*Your goal*
Copy out exactly the lines below that run from the one holding "#3=IFCDIRECTION((1.,0.,0.));" to the one holding "#7=IFCUNITASSIGNMENT((#6));", keeping both of those lines and no others.

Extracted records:
-- -- --

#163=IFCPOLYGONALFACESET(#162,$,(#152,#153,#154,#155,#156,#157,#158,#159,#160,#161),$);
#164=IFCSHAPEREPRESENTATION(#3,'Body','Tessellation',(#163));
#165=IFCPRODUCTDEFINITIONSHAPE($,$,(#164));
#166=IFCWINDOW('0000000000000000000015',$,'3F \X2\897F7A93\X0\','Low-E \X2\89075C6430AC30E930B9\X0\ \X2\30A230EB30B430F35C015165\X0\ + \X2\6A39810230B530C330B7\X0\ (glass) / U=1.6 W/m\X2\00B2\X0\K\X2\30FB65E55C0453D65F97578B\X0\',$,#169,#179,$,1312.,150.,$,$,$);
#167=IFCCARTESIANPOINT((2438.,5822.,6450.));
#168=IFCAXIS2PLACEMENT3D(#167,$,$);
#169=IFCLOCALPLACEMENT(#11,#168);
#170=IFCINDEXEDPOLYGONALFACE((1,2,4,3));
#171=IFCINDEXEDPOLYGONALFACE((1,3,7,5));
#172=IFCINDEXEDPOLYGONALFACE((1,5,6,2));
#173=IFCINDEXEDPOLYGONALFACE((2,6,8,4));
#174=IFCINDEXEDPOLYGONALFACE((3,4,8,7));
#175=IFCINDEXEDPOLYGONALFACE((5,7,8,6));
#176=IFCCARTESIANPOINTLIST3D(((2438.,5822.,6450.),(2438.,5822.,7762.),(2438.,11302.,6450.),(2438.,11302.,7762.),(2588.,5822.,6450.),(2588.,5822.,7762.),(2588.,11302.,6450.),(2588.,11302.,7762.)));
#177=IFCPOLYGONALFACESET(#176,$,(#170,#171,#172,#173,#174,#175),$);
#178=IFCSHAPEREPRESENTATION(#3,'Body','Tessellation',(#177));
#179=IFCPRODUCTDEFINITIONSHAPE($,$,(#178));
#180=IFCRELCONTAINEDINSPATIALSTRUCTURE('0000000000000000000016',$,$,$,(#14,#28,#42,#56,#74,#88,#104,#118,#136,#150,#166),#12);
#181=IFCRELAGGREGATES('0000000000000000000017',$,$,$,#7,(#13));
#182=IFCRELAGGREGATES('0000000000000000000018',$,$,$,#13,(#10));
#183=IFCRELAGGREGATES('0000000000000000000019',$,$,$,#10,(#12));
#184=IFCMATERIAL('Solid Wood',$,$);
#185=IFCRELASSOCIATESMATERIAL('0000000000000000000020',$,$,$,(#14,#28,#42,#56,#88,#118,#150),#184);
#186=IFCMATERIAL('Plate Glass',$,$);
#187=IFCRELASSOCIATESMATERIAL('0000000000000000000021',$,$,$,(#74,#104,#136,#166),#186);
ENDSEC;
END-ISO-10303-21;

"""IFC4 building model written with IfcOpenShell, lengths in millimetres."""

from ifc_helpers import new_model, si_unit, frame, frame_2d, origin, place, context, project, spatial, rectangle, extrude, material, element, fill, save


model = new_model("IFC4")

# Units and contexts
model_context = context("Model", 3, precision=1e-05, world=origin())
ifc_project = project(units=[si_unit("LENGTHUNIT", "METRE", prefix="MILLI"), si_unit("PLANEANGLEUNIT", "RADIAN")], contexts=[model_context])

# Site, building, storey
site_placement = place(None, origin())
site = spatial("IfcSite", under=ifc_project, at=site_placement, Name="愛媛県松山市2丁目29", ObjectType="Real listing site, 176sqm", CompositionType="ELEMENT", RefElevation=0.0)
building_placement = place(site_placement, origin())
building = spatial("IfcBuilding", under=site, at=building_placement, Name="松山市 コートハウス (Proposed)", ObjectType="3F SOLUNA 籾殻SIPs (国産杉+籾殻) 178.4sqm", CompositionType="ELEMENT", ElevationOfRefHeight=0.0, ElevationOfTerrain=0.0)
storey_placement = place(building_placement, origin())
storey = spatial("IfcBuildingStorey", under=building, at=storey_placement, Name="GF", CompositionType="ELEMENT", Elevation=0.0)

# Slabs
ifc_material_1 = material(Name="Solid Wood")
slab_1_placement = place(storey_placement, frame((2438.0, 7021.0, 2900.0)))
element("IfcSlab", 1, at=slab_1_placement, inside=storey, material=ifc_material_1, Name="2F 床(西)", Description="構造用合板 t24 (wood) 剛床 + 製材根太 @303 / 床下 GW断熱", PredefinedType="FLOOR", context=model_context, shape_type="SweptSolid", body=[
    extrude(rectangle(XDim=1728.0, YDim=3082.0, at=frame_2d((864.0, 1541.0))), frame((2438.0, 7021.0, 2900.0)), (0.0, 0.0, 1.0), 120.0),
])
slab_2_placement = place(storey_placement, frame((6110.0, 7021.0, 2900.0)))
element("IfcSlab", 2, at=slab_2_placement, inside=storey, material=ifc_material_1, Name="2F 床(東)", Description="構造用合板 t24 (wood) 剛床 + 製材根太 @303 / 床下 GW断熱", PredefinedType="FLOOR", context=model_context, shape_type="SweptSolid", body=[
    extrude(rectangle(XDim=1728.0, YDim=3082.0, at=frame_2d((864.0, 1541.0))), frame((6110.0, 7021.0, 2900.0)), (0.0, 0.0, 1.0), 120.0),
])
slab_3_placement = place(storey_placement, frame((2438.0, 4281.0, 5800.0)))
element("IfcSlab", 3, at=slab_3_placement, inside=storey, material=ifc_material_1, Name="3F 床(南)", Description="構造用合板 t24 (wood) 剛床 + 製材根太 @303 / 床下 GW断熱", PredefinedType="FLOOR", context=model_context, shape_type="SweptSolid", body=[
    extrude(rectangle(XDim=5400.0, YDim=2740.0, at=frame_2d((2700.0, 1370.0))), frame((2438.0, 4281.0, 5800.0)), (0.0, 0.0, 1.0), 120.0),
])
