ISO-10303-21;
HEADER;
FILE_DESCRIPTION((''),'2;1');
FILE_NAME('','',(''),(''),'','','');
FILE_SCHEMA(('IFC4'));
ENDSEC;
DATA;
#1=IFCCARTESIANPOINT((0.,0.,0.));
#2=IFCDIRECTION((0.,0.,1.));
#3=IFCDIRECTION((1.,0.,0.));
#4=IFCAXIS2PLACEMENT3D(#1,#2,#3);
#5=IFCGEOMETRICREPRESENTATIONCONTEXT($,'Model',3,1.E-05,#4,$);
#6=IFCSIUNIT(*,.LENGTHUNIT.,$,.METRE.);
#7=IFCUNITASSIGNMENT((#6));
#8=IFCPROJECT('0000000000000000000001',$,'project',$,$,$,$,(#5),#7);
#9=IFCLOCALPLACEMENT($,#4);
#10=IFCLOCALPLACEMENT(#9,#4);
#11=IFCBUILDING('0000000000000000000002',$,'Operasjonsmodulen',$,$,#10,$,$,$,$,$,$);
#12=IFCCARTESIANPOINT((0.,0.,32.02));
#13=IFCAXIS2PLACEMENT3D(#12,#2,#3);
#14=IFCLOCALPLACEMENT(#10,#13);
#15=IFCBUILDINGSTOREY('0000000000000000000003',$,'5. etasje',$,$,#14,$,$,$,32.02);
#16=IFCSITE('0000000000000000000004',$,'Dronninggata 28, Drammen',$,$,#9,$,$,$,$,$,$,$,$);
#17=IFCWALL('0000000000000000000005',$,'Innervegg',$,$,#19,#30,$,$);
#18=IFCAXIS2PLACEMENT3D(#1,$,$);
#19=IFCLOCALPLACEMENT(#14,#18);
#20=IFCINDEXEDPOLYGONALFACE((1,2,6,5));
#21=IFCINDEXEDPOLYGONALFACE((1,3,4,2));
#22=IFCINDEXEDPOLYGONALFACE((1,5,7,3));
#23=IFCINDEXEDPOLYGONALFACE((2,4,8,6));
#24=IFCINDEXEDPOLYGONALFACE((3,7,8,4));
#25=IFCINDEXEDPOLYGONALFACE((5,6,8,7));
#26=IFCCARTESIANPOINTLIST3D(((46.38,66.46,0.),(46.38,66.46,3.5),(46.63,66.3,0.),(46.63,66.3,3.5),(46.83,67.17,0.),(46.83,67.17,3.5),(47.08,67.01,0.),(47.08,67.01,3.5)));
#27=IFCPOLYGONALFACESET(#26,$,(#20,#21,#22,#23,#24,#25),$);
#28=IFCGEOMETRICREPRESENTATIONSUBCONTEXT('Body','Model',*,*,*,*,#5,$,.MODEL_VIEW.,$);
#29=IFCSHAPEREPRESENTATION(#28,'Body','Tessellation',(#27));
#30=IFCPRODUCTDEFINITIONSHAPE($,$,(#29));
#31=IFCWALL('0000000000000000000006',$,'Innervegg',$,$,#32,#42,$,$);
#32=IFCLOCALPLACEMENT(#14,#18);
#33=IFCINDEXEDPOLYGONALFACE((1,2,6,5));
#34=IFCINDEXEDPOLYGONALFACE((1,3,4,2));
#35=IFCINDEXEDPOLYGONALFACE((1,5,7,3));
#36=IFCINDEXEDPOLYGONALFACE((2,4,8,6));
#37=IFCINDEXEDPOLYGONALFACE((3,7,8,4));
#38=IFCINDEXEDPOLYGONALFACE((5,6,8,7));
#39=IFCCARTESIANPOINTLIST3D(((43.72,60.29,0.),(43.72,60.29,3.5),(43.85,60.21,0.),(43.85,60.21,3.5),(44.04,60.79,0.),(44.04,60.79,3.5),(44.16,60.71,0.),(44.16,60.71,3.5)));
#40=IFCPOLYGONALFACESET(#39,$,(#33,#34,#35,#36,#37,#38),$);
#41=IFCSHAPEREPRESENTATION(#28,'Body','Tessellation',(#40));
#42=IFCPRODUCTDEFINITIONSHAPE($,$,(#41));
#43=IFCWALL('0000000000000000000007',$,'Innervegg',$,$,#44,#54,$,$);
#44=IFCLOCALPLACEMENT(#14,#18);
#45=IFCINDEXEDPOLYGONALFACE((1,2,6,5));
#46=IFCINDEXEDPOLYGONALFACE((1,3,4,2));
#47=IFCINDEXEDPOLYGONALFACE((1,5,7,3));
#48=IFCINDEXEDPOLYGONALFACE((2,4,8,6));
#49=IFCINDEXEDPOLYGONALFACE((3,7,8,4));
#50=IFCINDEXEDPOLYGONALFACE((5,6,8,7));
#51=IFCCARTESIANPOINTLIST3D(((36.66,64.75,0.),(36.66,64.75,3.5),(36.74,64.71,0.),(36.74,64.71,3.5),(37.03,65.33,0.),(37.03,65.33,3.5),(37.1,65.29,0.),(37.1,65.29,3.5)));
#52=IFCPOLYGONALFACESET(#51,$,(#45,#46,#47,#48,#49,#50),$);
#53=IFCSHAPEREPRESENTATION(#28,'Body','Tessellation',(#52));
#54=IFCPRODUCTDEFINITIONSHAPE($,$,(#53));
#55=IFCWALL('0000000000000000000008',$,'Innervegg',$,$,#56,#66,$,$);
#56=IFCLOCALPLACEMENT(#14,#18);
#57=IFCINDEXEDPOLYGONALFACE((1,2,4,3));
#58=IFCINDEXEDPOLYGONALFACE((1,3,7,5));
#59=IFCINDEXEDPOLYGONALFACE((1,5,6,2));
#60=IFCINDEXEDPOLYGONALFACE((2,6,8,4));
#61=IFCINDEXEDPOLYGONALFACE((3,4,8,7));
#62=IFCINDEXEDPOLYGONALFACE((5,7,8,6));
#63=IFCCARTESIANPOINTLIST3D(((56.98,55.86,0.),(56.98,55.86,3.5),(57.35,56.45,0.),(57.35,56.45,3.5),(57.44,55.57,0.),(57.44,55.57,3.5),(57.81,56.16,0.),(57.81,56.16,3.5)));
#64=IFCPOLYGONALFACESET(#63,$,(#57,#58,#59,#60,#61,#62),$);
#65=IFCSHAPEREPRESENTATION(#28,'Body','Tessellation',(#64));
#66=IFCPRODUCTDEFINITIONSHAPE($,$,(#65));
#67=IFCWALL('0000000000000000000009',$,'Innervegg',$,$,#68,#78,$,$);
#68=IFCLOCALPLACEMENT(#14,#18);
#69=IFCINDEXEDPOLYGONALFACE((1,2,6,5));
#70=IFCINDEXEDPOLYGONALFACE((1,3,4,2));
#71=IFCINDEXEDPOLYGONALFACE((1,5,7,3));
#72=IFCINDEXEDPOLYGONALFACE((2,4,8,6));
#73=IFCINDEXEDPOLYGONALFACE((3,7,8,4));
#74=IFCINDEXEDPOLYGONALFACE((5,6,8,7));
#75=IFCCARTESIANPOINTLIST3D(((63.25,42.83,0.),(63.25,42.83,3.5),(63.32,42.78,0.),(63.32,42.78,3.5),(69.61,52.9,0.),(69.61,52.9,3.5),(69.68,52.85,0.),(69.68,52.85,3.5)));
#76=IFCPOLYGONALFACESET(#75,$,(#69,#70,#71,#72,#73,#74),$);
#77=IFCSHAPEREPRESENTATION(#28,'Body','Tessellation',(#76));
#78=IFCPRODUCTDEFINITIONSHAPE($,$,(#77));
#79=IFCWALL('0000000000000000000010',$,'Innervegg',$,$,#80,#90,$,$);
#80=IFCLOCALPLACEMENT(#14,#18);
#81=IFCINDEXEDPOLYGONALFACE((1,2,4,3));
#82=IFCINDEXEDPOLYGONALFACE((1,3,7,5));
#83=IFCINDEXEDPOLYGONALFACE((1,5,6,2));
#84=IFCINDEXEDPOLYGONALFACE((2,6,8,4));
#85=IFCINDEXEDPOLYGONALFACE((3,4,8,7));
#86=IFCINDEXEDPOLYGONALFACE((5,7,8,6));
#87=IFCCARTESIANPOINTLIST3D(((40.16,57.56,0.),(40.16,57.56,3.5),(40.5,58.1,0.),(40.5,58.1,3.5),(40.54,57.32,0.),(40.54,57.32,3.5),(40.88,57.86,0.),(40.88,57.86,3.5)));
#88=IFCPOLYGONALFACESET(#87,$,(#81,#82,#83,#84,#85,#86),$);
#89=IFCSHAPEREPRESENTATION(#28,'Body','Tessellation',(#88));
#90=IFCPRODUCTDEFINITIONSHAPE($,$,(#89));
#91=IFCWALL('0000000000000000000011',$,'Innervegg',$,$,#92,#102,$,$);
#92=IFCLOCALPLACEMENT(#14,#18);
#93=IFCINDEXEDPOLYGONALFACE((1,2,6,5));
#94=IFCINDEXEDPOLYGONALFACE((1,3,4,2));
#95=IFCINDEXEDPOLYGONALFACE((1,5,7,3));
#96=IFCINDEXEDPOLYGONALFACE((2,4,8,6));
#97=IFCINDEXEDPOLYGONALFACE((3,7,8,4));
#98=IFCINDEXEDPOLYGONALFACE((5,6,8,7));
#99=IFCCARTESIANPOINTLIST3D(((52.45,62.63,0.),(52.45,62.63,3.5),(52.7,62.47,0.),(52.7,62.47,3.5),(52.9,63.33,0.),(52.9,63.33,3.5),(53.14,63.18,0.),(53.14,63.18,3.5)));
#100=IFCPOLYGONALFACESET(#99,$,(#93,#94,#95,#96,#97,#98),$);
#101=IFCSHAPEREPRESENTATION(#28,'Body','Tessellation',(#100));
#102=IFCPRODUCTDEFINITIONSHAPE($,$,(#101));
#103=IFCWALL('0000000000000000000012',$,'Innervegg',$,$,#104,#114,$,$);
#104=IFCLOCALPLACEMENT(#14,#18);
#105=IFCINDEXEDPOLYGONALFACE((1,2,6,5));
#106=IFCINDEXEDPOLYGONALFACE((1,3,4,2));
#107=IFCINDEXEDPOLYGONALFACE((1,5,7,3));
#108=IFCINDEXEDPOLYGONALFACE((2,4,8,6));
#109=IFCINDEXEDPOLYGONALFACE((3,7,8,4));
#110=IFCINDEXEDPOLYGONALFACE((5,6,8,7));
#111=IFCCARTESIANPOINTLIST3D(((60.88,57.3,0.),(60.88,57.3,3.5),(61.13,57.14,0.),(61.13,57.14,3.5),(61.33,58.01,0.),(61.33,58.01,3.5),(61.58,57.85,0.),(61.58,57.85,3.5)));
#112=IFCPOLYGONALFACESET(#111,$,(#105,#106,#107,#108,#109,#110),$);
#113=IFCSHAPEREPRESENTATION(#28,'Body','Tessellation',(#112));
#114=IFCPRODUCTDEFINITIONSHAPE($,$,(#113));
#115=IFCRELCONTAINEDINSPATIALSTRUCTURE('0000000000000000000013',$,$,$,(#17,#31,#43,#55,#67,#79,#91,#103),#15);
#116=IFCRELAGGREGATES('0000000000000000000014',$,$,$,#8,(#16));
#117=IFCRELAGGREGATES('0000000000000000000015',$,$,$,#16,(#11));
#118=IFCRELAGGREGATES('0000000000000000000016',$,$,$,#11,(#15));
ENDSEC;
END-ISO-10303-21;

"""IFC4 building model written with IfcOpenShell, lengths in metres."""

from ifc_helpers import new_model, si_unit, frame, origin_with_axes, place, context, subcontext, project, spatial, polyline, outline, extrude, element, save


model = new_model("IFC4")

# Units and contexts
model_context = context("Model", 3, precision=1e-05, world=origin_with_axes())
body_context = subcontext(model_context, "Body", "Model", "MODEL_VIEW")
ifc_project = project(units=[si_unit("LENGTHUNIT", "METRE")], contexts=[model_context])

# Site, building, storey
site_placement = place(None, origin_with_axes())
site = spatial("IfcSite", under=ifc_project, at=site_placement, Name="Dronninggata 28, Drammen")
building_placement = place(site_placement, origin_with_axes())
building = spatial("IfcBuilding", under=site, at=building_placement, Name="Operasjonsmodulen")
storey_placement = place(building_placement, frame((0.0, 0.0, 32.02), z_axis=(0.0, 0.0, 1.0), x_axis=(1.0, 0.0, 0.0)))
storey = spatial("IfcBuildingStorey", under=building, at=storey_placement, Name="5. etasje", Elevation=32.02)

# Walls
wall_1_placement = place(storey_placement, frame((0.0, 0.0, -32.02), z_axis=(0.0, 0.0, 1.0), x_axis=(1.0, 0.0, 0.0)))
element("IfcWall", 1, at=wall_1_placement, inside=storey, Name="Innervegg", context=body_context, shape_type="SweptSolid", body=[
    extrude(outline(polyline([(47.08, 67.01), (46.63, 66.3), (46.38, 66.46), (46.83, 67.17), (47.08, 67.01)])), frame((0.0, 0.0, 32.02)), (0.0, 0.0, 1.0), 3.5),
])
wall_2_placement = place(storey_placement, frame((0.0, 0.0, -32.02), z_axis=(0.0, 0.0, 1.0), x_axis=(1.0, 0.0, 0.0)))
element("IfcWall", 2, at=wall_2_placement, inside=storey, Name="Innervegg", context=body_context, shape_type="SweptSolid", body=[
    extrude(outline(polyline([(44.16, 60.71), (43.85, 60.21), (43.72, 60.29), (44.04, 60.79), (44.16, 60.71)])), frame((0.0, 0.0, 32.02)), (0.0, 0.0, 1.0), 3.5),
])
wall_3_placement = place(storey_placement, frame((0.0, 0.0, -32.02), z_axis=(0.0, 0.0, 1.0), x_axis=(1.0, 0.0, 0.0)))
element("IfcWall", 3, at=wall_3_placement, inside=storey, Name="Innervegg", context=body_context, shape_type="SweptSolid", body=[
    extrude(outline(polyline([(37.1, 65.29), (36.74, 64.71), (36.66, 64.75), (37.03, 65.33), (37.1, 65.29)])), frame((0.0, 0.0, 32.02)), (0.0, 0.0, 1.0), 3.5),
])
wall_4_placement = place(storey_placement, frame((0.0, 0.0, -32.02), z_axis=(0.0, 0.0, 1.0), x_axis=(1.0, 0.0, 0.0)))
element("IfcWall", 4, at=wall_4_placement, inside=storey, Name="Innervegg", context=body_context, shape_type="SweptSolid", body=[
    extrude(outline(polyline([(57.81, 56.16), (57.44, 55.57), (56.98, 55.86), (57.35, 56.45), (57.81, 56.16)])), frame((0.0, 0.0, 32.02)), (0.0, 0.0, 1.0), 3.5),
])
wall_5_placement = place(storey_placement, frame((0.0, 0.0, -32.02), z_axis=(0.0, 0.0, 1.0), x_axis=(1.0, 0.0, 0.0)))
element("IfcWall", 5, at=wall_5_placement, inside=storey, Name="Innervegg", context=body_context, shape_type="SweptSolid", body=[
    extrude(outline(polyline([(69.68, 52.85), (63.32, 42.78), (63.25, 42.83), (69.61, 52.9), (69.68, 52.85)])), frame((0.0, 0.0, 32.02)), (0.0, 0.0, 1.0), 3.5),
])
wall_6_placement = place(storey_placement, frame((0.0, 0.0, -32.02), z_axis=(0.0, 0.0, 1.0), x_axis=(1.0, 0.0, 0.0)))
element("IfcWall", 6, at=wall_6_placement, inside=storey, Name="Innervegg", context=body_context, shape_type="SweptSolid", body=[
    extrude(outline(polyline([(40.88, 57.86), (40.54, 57.32), (40.16, 57.56), (40.5, 58.1), (40.88, 57.86)])), frame((0.0, 0.0, 32.02)), (0.0, 0.0, 1.0), 3.5),
])
wall_7_placement = place(storey_placement, frame((0.0, 0.0, -32.02), z_axis=(0.0, 0.0, 1.0), x_axis=(1.0, 0.0, 0.0)))
element("IfcWall", 7, at=wall_7_placement, inside=storey, Name="Innervegg", context=body_context, shape_type="SweptSolid", body=[
    extrude(outline(polyline([(53.14, 63.18), (52.7, 62.47), (52.45, 62.63), (52.9, 63.33), (53.14, 63.18)])), frame((0.0, 0.0, 32.02)), (0.0, 0.0, 1.0), 3.5),
])
wall_8_placement = place(storey_placement, frame((0.0, 0.0, -32.02), z_axis=(0.0, 0.0, 1.0), x_axis=(1.0, 0.0, 0.0)))
element("IfcWall", 8, at=wall_8_placement, inside=storey, Name="Innervegg", context=body_context, shape_type="SweptSolid", body=[
    extrude(outline(polyline([(61.58, 57.85), (61.13, 57.14), (60.88, 57.3), (61.33, 58.01), (61.58, 57.85)])), frame((0.0, 0.0, 32.02)), (0.0, 0.0, 1.0), 3.5),
])

save(model, "model.ifc")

-- -- --

*Task solution*
#3=IFCDIRECTION((1.,0.,0.));
#4=IFCAXIS2PLACEMENT3D(#1,#2,#3);
#5=IFCGEOMETRICREPRESENTATIONCONTEXT($,'Model',3,1.E-05,#4,$);
#6=IFCSIUNIT(*,.LENGTHUNIT.,$,.METRE.);
#7=IFCUNITASSIGNMENT((#6));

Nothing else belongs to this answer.